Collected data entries
────────

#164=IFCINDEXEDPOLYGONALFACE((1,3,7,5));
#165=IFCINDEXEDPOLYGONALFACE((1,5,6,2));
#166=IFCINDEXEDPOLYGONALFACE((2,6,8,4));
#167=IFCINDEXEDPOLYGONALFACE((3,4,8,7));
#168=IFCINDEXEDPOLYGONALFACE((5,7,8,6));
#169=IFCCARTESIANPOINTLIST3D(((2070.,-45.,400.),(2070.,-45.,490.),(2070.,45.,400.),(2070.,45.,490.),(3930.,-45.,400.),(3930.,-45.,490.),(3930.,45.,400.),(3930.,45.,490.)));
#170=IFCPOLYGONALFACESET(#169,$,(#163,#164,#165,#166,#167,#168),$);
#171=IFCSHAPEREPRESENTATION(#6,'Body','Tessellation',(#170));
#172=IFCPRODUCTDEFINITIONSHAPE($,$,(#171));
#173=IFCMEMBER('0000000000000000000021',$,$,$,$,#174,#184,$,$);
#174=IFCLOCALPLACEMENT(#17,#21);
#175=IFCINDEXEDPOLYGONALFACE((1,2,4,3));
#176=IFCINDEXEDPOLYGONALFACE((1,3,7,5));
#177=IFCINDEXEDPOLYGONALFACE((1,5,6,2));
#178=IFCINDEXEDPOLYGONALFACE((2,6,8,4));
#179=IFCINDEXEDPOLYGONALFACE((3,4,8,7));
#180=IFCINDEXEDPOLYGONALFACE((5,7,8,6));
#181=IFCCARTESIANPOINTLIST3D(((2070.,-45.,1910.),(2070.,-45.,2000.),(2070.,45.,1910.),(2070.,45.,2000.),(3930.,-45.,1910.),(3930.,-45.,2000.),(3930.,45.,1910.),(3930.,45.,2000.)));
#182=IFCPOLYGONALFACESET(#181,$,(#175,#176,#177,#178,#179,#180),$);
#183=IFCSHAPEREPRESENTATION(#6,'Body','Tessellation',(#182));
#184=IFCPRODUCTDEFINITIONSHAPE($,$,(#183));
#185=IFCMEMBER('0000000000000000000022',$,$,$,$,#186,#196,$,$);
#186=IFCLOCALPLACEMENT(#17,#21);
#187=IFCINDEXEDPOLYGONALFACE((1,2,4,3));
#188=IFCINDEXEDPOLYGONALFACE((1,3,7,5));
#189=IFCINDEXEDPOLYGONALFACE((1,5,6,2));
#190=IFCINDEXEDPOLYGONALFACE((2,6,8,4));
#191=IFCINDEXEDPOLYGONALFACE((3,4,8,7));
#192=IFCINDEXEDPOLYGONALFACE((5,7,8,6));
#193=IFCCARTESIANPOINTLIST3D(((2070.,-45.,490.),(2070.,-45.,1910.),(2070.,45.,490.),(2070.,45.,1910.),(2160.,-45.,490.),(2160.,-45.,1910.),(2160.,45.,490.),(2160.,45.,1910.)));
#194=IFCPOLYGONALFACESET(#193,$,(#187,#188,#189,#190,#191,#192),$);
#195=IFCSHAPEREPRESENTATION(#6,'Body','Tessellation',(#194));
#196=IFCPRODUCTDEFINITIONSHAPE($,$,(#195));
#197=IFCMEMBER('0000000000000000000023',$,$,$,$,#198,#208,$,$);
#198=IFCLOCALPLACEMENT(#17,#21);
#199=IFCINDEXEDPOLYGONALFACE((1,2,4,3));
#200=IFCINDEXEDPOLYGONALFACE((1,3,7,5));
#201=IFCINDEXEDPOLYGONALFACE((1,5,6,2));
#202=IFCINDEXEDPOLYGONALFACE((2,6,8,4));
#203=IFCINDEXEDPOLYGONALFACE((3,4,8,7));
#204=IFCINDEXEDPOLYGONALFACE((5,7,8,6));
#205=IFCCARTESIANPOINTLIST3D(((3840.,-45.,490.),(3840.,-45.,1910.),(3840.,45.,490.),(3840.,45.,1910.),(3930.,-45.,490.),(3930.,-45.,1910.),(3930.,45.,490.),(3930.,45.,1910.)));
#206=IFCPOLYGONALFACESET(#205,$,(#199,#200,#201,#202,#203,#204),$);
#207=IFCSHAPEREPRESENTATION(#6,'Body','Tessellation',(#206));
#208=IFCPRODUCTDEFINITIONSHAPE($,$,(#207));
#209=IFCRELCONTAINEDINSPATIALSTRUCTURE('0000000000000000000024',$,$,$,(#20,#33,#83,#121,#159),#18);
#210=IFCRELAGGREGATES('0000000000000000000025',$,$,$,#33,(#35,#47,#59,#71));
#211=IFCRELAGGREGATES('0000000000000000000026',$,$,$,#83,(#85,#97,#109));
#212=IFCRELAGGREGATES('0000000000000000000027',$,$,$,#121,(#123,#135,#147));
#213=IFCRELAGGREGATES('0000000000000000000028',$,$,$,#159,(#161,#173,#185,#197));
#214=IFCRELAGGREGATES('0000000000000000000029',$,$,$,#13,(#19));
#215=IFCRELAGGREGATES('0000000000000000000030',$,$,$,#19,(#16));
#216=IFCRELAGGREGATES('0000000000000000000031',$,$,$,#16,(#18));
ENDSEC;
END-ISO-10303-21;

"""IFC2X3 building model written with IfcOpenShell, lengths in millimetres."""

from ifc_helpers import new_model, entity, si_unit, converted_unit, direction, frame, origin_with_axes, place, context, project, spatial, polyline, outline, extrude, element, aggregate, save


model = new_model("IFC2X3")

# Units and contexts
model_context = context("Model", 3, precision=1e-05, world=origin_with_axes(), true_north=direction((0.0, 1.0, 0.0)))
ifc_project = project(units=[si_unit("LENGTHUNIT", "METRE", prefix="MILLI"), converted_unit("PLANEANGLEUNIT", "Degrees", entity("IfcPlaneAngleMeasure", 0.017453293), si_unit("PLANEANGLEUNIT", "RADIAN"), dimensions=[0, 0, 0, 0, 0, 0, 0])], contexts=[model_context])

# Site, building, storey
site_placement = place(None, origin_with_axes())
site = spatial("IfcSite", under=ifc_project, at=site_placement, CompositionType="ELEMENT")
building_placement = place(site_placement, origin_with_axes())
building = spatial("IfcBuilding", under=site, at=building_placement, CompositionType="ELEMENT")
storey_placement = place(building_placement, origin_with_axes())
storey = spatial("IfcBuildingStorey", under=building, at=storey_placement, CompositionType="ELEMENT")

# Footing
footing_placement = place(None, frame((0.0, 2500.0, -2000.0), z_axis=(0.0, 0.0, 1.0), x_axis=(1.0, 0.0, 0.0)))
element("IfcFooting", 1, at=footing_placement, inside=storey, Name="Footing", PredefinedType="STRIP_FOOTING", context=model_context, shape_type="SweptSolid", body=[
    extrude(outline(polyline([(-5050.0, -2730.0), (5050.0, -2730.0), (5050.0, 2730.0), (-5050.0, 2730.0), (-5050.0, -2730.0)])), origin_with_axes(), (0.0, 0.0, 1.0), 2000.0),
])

────────

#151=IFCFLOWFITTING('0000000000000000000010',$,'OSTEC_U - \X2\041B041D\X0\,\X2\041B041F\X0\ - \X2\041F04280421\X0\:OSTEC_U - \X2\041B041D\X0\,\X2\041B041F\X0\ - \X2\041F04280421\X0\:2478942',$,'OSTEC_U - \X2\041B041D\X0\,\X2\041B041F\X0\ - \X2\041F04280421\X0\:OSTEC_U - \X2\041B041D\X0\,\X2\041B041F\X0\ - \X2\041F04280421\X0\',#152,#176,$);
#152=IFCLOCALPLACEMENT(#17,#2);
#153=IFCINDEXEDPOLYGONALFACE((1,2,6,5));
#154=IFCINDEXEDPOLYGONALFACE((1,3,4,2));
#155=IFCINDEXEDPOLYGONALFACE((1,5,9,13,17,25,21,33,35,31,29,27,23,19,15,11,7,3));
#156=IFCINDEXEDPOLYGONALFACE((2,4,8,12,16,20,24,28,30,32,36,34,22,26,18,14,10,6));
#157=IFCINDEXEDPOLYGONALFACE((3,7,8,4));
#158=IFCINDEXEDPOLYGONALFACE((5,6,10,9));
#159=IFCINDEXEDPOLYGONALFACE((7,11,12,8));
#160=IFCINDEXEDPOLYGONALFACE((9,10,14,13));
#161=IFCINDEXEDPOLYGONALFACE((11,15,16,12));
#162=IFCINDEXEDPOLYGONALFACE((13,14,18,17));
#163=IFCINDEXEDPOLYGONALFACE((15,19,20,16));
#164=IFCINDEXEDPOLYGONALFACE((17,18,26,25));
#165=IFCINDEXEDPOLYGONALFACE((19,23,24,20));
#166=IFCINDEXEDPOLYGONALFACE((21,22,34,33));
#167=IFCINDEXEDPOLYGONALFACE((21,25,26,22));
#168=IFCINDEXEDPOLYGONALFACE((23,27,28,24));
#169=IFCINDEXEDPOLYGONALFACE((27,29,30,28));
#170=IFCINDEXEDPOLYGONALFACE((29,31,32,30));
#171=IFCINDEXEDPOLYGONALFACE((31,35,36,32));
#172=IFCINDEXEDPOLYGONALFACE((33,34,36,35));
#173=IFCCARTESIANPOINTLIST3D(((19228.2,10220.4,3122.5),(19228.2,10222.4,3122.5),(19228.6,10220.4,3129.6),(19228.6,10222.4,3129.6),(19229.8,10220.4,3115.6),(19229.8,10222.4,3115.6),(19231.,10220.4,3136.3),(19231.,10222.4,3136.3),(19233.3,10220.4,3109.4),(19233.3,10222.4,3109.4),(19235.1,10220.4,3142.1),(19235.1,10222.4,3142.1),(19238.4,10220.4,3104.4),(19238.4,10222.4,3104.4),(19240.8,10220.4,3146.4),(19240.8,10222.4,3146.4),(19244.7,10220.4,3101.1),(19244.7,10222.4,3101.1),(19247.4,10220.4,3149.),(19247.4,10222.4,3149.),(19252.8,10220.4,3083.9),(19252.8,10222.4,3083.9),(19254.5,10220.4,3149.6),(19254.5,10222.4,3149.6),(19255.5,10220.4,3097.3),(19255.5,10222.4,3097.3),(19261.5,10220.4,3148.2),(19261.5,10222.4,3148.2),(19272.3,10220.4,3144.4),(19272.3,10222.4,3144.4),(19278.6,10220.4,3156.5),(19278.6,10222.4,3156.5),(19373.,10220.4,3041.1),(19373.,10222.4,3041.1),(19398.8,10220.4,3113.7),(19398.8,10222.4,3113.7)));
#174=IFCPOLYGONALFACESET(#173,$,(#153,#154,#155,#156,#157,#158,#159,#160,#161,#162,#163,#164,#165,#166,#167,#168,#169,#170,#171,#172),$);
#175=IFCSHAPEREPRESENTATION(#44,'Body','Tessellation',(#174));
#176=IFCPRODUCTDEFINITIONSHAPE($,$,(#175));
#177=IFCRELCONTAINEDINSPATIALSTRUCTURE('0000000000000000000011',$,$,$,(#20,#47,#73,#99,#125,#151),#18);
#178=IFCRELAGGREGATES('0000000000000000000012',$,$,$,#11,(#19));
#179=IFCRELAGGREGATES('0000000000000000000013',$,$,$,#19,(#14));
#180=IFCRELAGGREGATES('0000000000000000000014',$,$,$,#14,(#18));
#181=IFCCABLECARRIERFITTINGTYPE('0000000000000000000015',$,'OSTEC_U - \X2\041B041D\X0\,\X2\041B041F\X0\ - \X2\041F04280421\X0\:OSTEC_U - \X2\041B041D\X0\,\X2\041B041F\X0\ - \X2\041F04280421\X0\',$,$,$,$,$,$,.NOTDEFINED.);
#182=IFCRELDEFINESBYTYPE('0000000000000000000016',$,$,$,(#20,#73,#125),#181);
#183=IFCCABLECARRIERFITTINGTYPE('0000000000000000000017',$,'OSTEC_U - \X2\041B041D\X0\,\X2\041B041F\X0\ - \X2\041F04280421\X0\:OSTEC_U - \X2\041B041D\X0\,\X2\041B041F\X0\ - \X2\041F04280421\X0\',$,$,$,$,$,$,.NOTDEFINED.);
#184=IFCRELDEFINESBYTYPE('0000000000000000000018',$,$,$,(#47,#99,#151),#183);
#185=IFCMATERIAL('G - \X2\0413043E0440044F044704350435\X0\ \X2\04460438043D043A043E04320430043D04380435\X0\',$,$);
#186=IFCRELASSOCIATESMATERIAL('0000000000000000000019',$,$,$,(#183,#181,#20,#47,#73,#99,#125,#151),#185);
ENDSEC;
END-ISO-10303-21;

────────

# Work to be completed
Would you print, exactly as written, every line above from the one holding "#214=IFCRELAGGREGATES('0000000000000000000029',$,$,$,#13,(#19));" through the one holding "# Site, building, storey", with both included and no other lines?

# Solution for this task
#214=IFCRELAGGREGATES('0000000000000000000029',$,$,$,#13,(#19));
#215=IFCRELAGGREGATES('0000000000000000000030',$,$,$,#19,(#16));
#216=IFCRELAGGREGATES('0000000000000000000031',$,$,$,#16,(#18));
ENDSEC;
END-ISO-10303-21;

"""IFC2X3 building model written with IfcOpenShell, lengths in millimetres."""

from ifc_helpers import new_model, entity, si_unit, converted_unit, direction, frame, origin_with_axes, place, context, project, spatial, polyline, outline, extrude, element, aggregate, save


model = new_model("IFC2X3")

# Units and contexts
model_context = context("Model", 3, precision=1e-05, world=origin_with_axes(), true_north=direction((0.0, 1.0, 0.0)))
ifc_project = project(units=[si_unit("LENGTHUNIT", "METRE", prefix="MILLI"), converted_unit("PLANEANGLEUNIT", "Degrees", entity("IfcPlaneAngleMeasure", 0.017453293), si_unit("PLANEANGLEUNIT", "RADIAN"), dimensions=[0, 0, 0, 0, 0, 0, 0])], contexts=[model_context])

# Site, building, storey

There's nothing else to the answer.